Optimization of Interfacial OH− Accessibility by Constructing a Delayed–Release Membrane Electrode for Ampere–Level Hydrogen Production

Abstract Achieving a high current density during electrochemical overall water splitting is a promising strategy for industrial energy conversion. The mass diffusion rate of OH − ions from the electrolyte to the interfacial active sites strongly influences the hydrogen evolution reaction (HER) and oxygen evolution reaction (OER) . Herein, the delayed‐release of OH − ions modulated by a proper organic polymer membrane on the electrode surface can optimize the OH − accessibility to the active sites (as indicated by the molecular dynamics simulations) is demonstrated and that van der Waals interaction force modulates the OH − residence time in the reaction system.
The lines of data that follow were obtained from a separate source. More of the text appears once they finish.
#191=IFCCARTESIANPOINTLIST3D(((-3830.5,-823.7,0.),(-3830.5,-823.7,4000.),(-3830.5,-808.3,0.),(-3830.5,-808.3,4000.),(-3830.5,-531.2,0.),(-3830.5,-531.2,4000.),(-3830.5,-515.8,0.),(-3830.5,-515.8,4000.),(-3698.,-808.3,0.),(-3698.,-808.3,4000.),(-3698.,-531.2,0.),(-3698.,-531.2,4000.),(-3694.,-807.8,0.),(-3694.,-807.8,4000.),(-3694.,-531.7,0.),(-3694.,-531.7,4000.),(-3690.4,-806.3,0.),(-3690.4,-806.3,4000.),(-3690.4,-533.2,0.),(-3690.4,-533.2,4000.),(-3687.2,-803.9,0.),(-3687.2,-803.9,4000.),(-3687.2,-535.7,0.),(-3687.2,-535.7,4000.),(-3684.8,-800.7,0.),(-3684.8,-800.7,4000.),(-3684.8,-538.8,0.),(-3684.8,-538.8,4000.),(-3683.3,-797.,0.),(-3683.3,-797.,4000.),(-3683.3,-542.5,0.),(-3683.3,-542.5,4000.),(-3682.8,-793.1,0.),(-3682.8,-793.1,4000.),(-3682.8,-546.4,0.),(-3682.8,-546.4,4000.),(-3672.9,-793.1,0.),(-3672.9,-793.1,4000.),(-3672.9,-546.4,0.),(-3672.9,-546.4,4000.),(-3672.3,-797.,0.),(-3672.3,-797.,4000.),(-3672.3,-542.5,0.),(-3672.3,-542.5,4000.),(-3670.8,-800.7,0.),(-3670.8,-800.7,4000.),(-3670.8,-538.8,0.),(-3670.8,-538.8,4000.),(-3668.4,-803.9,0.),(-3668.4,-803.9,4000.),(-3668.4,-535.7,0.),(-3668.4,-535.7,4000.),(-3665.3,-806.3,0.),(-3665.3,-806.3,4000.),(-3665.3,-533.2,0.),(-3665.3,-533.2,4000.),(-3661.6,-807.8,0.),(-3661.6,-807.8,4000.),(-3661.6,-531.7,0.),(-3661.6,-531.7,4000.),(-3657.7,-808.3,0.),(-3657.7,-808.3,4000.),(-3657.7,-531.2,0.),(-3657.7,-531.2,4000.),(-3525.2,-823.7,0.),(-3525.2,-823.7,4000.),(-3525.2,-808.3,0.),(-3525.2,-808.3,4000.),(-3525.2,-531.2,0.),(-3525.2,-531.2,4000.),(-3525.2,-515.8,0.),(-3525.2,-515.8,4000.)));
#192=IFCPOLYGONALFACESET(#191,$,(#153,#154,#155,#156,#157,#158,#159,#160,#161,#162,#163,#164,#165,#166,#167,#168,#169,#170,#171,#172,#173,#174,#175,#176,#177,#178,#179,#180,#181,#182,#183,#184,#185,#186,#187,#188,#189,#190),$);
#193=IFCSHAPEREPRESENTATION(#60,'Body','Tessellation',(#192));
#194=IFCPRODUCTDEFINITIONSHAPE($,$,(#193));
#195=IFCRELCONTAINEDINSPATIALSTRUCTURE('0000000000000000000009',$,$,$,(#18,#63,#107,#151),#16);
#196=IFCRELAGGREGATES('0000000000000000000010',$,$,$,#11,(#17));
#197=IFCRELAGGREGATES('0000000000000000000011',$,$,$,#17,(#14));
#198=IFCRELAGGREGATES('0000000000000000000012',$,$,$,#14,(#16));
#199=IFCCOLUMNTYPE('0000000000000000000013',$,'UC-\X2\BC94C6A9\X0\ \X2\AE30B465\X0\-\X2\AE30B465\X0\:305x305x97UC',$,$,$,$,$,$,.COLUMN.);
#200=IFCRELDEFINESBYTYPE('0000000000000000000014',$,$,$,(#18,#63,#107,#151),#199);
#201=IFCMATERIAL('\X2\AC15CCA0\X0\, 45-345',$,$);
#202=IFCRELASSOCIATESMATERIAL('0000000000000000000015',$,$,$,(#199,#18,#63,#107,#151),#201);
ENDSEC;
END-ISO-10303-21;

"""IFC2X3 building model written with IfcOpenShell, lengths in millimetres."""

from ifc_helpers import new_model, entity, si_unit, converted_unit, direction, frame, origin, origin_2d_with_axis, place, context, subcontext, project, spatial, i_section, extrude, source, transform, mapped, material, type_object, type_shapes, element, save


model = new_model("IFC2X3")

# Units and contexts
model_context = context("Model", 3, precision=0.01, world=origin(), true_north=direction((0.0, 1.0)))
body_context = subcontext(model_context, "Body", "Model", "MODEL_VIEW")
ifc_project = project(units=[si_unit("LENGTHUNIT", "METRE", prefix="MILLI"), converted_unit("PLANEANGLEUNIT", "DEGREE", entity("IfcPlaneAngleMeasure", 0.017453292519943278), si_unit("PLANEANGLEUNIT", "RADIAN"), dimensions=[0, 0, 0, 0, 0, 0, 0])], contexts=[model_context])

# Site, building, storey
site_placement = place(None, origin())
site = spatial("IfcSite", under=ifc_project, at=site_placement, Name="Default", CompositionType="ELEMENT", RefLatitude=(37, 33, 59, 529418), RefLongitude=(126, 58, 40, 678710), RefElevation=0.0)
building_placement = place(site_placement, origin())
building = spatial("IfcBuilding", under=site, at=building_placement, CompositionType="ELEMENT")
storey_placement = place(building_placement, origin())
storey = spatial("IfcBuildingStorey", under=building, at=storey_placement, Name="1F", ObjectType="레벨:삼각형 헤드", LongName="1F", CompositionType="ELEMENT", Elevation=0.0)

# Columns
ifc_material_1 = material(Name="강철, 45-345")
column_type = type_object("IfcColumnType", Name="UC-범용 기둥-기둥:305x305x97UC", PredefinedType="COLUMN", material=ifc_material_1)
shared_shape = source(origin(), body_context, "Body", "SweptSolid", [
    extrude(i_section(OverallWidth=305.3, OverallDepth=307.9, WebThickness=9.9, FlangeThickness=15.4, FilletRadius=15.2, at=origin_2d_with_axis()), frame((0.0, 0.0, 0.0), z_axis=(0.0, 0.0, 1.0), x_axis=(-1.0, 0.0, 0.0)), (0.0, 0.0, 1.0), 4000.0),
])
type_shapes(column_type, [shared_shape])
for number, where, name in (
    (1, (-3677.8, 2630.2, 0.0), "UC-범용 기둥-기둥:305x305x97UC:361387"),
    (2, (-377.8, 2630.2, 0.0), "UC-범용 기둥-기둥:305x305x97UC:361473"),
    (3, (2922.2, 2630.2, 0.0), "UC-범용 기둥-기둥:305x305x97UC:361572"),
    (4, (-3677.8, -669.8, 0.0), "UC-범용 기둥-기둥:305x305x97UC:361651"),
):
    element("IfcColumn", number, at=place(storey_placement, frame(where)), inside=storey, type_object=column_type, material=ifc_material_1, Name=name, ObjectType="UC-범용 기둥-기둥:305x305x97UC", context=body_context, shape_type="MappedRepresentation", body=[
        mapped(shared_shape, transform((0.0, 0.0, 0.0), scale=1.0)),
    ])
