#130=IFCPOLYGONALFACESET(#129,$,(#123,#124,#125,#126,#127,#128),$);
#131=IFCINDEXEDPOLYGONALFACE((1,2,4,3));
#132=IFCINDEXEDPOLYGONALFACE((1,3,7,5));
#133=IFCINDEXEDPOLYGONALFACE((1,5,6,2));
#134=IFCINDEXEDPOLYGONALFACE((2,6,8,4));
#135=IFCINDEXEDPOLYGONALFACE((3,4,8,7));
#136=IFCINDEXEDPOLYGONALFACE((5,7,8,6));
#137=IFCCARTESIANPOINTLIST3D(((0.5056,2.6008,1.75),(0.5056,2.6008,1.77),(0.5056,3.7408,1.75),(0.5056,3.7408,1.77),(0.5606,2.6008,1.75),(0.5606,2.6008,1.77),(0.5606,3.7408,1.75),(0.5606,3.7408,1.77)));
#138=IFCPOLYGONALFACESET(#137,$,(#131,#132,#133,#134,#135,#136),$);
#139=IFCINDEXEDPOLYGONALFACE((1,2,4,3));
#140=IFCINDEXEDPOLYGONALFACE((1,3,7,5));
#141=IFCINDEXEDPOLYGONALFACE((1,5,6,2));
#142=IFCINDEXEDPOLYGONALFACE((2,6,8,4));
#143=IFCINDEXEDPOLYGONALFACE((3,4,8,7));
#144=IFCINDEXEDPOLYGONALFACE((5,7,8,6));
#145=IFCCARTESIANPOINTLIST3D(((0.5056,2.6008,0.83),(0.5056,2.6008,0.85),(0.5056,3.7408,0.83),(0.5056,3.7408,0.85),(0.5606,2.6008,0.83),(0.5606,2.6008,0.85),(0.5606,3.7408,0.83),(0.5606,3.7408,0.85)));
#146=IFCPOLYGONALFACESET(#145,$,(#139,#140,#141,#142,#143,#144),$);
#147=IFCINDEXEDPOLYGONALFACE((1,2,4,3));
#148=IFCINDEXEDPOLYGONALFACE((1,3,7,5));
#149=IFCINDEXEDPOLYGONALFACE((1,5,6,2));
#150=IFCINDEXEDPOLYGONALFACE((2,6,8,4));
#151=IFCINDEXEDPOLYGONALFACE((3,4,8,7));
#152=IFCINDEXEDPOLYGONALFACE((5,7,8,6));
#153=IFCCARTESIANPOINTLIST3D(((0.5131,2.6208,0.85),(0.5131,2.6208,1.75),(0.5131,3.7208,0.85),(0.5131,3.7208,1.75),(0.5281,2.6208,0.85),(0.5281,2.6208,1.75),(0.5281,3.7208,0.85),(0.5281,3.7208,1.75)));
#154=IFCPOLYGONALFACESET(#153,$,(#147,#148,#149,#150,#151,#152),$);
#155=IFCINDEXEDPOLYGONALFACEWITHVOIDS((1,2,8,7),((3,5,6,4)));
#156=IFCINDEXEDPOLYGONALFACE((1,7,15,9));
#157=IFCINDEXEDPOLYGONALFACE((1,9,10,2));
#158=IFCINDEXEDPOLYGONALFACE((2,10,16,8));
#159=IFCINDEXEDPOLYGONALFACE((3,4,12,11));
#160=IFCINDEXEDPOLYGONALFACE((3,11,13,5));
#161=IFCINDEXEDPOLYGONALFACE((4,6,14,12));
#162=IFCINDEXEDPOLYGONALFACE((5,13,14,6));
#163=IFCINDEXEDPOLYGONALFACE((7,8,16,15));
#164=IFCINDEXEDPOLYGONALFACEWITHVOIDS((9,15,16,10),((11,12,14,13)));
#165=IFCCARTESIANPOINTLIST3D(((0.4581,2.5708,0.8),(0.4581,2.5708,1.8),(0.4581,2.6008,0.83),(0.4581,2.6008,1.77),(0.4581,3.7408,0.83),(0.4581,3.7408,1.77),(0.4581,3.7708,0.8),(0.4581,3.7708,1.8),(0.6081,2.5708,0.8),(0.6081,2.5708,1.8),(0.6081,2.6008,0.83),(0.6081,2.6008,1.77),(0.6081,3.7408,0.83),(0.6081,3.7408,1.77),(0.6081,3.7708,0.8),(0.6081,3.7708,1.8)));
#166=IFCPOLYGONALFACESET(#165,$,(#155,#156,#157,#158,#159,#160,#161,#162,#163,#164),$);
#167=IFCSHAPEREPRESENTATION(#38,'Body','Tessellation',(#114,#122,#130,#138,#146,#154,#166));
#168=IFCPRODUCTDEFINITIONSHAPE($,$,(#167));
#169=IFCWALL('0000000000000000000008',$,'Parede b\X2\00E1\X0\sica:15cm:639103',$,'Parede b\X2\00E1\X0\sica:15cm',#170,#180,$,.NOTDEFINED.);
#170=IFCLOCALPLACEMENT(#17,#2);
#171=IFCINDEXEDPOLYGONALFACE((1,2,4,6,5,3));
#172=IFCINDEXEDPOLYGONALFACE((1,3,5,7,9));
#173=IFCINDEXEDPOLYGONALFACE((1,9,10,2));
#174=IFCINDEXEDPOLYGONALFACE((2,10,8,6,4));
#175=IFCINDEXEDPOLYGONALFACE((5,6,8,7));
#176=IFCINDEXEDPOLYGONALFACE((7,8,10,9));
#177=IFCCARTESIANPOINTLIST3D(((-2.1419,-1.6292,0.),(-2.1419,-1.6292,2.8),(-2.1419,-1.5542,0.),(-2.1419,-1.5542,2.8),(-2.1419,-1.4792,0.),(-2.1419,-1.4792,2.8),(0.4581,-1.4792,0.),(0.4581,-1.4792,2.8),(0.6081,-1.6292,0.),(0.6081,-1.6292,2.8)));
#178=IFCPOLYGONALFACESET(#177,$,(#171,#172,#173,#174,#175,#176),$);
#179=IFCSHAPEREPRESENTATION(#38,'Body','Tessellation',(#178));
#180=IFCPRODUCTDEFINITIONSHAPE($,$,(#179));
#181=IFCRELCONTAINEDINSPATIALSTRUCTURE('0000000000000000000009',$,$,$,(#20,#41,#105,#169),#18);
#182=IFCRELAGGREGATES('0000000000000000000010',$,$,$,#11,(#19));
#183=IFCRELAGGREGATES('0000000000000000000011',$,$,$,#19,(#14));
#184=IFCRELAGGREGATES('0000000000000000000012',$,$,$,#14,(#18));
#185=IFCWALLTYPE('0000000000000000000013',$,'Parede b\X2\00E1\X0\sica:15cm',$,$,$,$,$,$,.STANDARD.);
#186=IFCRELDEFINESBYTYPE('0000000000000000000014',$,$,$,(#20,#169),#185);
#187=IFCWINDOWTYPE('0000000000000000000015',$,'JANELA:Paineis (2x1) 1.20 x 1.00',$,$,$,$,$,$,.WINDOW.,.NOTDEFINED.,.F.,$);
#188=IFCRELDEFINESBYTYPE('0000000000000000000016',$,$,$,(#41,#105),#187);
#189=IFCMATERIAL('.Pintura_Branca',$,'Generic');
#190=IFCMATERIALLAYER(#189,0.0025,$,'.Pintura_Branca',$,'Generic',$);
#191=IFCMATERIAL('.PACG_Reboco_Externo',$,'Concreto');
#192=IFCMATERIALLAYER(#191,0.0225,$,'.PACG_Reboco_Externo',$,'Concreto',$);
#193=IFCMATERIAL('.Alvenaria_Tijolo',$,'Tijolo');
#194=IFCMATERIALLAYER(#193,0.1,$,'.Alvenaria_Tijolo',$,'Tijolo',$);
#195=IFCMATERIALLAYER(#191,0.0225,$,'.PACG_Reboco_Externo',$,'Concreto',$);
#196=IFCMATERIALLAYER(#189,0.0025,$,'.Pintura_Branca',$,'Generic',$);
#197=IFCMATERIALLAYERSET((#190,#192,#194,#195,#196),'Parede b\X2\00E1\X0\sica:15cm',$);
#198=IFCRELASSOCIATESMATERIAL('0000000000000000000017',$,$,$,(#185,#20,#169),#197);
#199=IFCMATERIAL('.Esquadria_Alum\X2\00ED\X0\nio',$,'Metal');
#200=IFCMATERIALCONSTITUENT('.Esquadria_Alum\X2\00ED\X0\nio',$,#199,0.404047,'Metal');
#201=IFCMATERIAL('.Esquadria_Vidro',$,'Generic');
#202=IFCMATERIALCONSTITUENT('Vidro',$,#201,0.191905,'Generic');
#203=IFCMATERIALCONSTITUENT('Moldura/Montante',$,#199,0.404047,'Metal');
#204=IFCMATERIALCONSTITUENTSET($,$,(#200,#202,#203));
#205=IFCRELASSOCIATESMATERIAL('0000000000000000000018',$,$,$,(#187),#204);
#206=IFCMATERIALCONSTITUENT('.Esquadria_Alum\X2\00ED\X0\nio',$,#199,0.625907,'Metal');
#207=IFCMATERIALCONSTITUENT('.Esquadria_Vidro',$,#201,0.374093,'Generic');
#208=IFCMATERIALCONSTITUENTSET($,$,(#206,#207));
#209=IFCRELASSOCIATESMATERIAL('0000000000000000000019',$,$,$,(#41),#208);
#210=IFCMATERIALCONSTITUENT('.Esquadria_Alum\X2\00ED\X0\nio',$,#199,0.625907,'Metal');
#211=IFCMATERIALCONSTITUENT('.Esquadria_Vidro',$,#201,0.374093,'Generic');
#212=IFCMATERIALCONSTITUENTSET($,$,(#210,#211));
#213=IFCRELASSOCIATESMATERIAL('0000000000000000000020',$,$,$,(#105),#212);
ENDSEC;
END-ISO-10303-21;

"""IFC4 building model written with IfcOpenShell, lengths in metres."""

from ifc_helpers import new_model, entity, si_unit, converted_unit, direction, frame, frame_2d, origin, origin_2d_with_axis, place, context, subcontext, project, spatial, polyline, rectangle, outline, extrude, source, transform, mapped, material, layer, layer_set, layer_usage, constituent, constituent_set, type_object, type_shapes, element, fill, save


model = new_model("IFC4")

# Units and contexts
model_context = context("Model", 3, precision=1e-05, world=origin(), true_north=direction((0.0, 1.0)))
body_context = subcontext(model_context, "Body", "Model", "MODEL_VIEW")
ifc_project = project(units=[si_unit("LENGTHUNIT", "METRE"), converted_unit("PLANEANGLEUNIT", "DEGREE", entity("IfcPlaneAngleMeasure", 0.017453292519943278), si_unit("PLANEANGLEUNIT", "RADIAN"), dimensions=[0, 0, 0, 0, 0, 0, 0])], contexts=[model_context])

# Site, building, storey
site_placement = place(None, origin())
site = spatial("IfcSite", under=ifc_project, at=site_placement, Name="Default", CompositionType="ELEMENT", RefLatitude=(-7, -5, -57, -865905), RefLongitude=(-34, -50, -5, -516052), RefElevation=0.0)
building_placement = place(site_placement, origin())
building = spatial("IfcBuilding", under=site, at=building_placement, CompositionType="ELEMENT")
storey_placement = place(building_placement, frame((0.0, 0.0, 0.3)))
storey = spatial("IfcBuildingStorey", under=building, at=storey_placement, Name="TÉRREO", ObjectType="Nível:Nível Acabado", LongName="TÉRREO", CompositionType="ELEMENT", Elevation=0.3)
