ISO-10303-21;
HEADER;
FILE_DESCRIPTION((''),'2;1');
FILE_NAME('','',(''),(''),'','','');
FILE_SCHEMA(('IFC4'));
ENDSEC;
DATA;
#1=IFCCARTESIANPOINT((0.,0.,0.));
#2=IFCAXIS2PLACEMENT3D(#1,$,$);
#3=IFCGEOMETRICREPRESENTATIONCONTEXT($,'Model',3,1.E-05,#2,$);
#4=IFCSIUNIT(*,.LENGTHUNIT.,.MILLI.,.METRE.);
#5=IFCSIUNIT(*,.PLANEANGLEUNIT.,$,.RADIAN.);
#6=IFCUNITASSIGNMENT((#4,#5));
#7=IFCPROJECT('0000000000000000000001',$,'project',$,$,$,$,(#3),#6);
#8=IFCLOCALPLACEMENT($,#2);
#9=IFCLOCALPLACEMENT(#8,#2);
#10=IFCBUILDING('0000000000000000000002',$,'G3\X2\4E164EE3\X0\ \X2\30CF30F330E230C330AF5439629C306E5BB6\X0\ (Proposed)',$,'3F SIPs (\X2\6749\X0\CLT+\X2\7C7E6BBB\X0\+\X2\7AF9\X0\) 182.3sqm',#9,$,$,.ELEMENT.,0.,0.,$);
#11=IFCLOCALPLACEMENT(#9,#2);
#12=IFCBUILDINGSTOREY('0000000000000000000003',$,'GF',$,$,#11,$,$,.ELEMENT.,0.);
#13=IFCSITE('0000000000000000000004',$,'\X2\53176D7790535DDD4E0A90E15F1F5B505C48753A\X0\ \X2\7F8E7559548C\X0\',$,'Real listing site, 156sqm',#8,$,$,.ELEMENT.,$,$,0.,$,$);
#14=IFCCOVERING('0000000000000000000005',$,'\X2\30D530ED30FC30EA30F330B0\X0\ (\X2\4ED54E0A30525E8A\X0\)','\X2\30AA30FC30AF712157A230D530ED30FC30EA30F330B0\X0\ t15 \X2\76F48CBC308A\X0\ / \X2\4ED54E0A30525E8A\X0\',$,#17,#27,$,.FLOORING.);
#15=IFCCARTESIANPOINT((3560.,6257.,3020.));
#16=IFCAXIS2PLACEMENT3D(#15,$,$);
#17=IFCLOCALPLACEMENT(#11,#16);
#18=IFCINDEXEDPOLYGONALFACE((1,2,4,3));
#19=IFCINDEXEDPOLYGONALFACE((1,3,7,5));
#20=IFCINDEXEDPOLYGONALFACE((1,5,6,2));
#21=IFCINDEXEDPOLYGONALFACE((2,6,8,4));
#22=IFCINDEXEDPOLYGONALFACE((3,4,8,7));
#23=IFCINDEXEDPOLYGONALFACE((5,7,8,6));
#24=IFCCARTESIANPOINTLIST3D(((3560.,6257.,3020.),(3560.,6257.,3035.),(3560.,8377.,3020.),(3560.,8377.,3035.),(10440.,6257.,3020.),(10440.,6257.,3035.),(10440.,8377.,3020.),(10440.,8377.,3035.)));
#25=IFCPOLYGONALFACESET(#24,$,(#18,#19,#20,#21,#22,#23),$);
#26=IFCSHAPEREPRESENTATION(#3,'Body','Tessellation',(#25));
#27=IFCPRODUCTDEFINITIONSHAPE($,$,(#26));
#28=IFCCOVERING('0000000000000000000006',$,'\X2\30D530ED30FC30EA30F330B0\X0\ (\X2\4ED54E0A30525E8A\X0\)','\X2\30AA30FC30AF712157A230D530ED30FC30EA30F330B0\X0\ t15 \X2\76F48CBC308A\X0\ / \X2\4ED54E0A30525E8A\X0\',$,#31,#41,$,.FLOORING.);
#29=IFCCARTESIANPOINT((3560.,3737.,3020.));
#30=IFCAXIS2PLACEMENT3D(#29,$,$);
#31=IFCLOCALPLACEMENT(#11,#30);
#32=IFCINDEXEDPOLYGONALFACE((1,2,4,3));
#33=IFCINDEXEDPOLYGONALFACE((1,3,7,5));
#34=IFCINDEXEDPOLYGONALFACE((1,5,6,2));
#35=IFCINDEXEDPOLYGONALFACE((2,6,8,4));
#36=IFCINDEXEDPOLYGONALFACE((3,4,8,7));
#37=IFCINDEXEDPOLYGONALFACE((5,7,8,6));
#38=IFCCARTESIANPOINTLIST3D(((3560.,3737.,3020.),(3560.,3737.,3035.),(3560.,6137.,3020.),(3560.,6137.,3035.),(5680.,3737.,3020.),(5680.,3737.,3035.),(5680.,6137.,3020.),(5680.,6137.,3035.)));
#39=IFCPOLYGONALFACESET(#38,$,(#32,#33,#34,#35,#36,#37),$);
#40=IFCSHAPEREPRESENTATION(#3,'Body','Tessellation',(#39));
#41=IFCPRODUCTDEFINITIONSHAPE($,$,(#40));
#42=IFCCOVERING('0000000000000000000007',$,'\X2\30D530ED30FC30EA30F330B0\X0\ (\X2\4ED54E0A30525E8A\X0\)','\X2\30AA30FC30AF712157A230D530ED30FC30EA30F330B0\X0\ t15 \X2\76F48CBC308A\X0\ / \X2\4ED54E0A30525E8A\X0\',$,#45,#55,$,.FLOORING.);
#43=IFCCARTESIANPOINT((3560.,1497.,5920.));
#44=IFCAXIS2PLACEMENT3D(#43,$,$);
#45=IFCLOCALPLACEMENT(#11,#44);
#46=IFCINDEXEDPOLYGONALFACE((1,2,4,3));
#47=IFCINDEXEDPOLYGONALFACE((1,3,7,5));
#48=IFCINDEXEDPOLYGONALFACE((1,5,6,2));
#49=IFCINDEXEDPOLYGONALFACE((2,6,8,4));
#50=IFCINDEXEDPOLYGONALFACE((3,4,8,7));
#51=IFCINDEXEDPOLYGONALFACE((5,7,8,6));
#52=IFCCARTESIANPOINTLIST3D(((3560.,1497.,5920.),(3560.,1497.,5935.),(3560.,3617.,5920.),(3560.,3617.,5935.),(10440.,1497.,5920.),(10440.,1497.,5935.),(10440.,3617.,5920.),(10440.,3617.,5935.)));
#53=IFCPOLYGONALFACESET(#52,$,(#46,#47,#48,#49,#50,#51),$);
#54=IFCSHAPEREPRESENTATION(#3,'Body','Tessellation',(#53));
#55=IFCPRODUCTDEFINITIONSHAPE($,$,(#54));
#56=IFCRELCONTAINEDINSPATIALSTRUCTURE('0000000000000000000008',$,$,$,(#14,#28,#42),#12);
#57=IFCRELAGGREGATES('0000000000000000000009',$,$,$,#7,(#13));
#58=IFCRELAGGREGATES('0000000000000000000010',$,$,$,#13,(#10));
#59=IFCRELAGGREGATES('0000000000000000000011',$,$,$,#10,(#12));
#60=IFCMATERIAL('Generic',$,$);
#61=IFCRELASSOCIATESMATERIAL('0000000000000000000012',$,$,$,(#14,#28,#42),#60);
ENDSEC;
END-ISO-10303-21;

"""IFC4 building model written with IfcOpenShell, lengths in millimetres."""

from ifc_helpers import new_model, si_unit, frame, frame_2d, origin, place, context, project, spatial, rectangle, extrude, material, element, save


model = new_model("IFC4")

# Units and contexts
model_context = context("Model", 3, precision=1e-05, world=origin())
ifc_project = project(units=[si_unit("LENGTHUNIT", "METRE", prefix="MILLI"), si_unit("PLANEANGLEUNIT", "RADIAN")], contexts=[model_context])

# Site, building, storey
site_placement = place(None, origin())
site = spatial("IfcSite", under=ifc_project, at=site_placement, Name="北海道川上郡弟子屈町 美留和", ObjectType="Real listing site, 156sqm", CompositionType="ELEMENT", RefElevation=0.0)
building_placement = place(site_placement, origin())
building = spatial("IfcBuilding", under=site, at=building_placement, Name="G3世代 ハンモック吹抜の家 (Proposed)", ObjectType="3F SIPs (杉CLT+籾殻+竹) 182.3sqm", CompositionType="ELEMENT", ElevationOfRefHeight=0.0, ElevationOfTerrain=0.0)
storey_placement = place(building_placement, origin())
storey = spatial("IfcBuildingStorey", under=building, at=storey_placement, Name="GF", CompositionType="ELEMENT", Elevation=0.0)

# Shared definitions
ifc_material_1 = material(Name="Generic")

# Coverings
covering_1_placement = place(storey_placement, frame((3560.0, 6257.0, 3020.0)))
element("IfcCovering", 1, at=covering_1_placement, inside=storey, material=ifc_material_1, Name="フローリング (仕上げ床)", Description="オーク無垢フローリング t15 直貼り / 仕上げ床", PredefinedType="FLOORING", context=model_context, shape_type="SweptSolid", body=[
    extrude(rectangle(XDim=6880.0, YDim=2120.0, at=frame_2d((3440.0, 1060.0))), frame((3560.0, 6257.0, 3020.0)), (0.0, 0.0, 1.0), 15.0),
])
covering_2_placement = place(storey_placement, frame((3560.0, 3737.0, 3020.0)))
element("IfcCovering", 2, at=covering_2_placement, inside=storey, material=ifc_material_1, Name="フローリング (仕上げ床)", Description="オーク無垢フローリング t15 直貼り / 仕上げ床", PredefinedType="FLOORING", context=model_context, shape_type="SweptSolid", body=[
    extrude(rectangle(XDim=2120.0, YDim=2400.0, at=frame_2d((1060.0, 1200.0))), frame((3560.0, 3737.0, 3020.0)), (0.0, 0.0, 1.0), 15.0),
])
covering_3_placement = place(storey_placement, frame((3560.0, 1497.0, 5920.0)))
element("IfcCovering", 3, at=covering_3_placement, inside=storey, material=ifc_material_1, Name="フローリング (仕上げ床)", Description="オーク無垢フローリング t15 直貼り / 仕上げ床", PredefinedType="FLOORING", context=model_context, shape_type="SweptSolid", body=[
    extrude(rectangle(XDim=6880.0, YDim=2120.0, at=frame_2d((3440.0, 1060.0))), frame((3560.0, 1497.0, 5920.0)), (0.0, 0.0, 1.0), 15.0),
])

save(model, "model.ifc")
The remarkable performance of the membrane‐modified electrode is achieved at ultra‐high current densities of 1.9 A cm −2 (with an HER overpotential of 602 mV) and 2 A cm −2 (with an OER overpotential of 459 mV) in 1 M KOH solution. Consequently, a super‐high current density of 1.3 A cm −2 is obtained for overall water splitting (at a voltage of only 2.2 V), which is 1.9‐fold higher than that of a benchmarked Pt/C‐IrO 2 (684 mA cm −2 ). Therefore, the delayed‐release of OH − has optimized the mass conversion efficiency of the active sites, thus improving the electrochemical performance of overall water splitting.